Records from a dataset:
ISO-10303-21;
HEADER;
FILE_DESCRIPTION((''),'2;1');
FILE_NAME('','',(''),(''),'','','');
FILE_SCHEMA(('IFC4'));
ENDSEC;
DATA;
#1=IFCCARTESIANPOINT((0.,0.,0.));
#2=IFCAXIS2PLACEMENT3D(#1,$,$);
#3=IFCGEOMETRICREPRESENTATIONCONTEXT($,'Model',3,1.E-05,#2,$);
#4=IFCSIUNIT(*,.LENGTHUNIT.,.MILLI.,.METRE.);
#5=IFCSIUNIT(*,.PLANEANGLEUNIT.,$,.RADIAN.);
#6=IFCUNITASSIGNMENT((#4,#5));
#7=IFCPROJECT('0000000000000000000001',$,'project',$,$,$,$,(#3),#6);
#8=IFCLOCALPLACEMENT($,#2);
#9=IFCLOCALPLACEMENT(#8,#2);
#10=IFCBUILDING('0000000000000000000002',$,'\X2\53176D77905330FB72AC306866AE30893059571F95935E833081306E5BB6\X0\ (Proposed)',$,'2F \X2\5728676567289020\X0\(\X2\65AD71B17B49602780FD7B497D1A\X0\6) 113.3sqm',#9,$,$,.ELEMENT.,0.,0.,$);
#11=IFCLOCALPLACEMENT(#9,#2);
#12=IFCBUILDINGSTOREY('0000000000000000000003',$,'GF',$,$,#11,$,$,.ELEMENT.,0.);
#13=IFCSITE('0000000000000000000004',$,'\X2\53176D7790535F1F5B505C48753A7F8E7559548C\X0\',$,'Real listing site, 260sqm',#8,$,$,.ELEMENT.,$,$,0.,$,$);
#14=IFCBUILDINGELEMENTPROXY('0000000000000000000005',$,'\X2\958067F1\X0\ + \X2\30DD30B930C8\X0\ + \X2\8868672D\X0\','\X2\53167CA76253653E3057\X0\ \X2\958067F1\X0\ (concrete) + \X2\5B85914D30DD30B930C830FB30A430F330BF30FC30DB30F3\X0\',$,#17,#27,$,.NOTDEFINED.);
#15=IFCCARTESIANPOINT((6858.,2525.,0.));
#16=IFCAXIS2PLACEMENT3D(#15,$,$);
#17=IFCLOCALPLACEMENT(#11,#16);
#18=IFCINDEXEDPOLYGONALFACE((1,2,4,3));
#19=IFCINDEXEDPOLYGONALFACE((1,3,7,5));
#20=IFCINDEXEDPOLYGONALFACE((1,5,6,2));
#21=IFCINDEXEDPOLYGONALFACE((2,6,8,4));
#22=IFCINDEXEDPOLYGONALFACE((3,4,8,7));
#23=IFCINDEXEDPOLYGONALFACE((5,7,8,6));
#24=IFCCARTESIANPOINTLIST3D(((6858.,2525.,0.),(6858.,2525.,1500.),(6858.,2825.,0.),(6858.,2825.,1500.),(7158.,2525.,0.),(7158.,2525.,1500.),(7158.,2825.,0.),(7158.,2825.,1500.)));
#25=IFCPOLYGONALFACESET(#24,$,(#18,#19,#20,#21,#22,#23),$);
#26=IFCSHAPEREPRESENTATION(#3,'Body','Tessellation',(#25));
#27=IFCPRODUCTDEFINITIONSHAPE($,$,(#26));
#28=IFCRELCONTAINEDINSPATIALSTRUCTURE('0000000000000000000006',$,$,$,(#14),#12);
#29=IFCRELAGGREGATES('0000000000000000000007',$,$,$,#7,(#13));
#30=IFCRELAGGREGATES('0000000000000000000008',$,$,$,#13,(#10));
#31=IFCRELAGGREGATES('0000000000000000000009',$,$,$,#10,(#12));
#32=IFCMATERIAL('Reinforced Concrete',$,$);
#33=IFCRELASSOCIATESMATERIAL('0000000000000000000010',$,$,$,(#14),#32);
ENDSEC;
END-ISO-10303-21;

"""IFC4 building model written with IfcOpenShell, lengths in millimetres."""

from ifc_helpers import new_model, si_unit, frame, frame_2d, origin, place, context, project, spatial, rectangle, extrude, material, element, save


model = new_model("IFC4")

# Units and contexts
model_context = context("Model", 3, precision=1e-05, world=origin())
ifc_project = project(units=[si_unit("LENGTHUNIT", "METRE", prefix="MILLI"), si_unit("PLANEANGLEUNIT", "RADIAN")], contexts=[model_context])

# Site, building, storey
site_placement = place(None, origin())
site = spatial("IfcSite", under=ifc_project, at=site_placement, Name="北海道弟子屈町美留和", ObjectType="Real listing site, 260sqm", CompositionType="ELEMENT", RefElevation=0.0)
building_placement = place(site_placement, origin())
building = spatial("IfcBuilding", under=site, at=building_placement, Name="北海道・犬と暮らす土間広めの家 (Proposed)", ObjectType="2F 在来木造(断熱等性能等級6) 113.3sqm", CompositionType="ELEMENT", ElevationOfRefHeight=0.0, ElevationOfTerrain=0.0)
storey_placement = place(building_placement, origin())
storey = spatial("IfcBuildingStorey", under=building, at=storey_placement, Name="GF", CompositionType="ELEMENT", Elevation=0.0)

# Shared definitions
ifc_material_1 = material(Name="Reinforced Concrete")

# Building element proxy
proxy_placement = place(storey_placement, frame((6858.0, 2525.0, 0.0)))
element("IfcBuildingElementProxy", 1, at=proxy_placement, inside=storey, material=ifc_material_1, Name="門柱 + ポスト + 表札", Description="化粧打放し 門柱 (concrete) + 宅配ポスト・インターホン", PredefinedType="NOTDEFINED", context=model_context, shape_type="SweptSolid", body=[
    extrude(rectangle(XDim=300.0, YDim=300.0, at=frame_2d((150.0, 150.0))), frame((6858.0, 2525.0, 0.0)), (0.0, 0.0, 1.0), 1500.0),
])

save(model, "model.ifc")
...
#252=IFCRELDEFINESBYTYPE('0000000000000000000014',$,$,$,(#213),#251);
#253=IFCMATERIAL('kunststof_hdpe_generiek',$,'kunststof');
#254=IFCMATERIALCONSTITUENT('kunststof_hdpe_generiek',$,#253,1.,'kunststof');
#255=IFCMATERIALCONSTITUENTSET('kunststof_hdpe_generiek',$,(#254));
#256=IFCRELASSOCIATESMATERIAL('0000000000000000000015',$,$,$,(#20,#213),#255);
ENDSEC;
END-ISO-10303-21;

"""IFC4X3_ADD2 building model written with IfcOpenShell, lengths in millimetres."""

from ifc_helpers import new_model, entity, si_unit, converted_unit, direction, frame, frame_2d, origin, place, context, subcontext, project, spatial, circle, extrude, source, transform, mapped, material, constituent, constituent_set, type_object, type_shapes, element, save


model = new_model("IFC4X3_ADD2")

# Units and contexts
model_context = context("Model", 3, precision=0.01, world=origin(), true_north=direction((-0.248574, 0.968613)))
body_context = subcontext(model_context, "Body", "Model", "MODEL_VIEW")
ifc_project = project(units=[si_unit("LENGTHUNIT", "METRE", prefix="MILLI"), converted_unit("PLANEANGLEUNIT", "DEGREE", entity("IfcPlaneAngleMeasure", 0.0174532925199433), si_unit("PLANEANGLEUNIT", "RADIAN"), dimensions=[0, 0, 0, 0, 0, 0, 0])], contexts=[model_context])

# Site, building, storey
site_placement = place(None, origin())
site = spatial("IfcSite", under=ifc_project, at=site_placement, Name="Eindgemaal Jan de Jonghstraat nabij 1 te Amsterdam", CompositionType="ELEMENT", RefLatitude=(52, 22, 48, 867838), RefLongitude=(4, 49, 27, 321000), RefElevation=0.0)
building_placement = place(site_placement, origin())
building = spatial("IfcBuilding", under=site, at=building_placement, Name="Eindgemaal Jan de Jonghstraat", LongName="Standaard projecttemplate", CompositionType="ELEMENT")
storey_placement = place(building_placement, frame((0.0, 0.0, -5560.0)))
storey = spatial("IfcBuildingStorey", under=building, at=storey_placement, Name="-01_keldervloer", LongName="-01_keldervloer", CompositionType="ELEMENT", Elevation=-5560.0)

* Activity *
Going through the data above, return each line with the word "IFCLOCALPLACEMENT".

* Response to this task *
#8=IFCLOCALPLACEMENT($,#2);
#9=IFCLOCALPLACEMENT(#8,#2);
#11=IFCLOCALPLACEMENT(#9,#2);
#17=IFCLOCALPLACEMENT(#11,#16);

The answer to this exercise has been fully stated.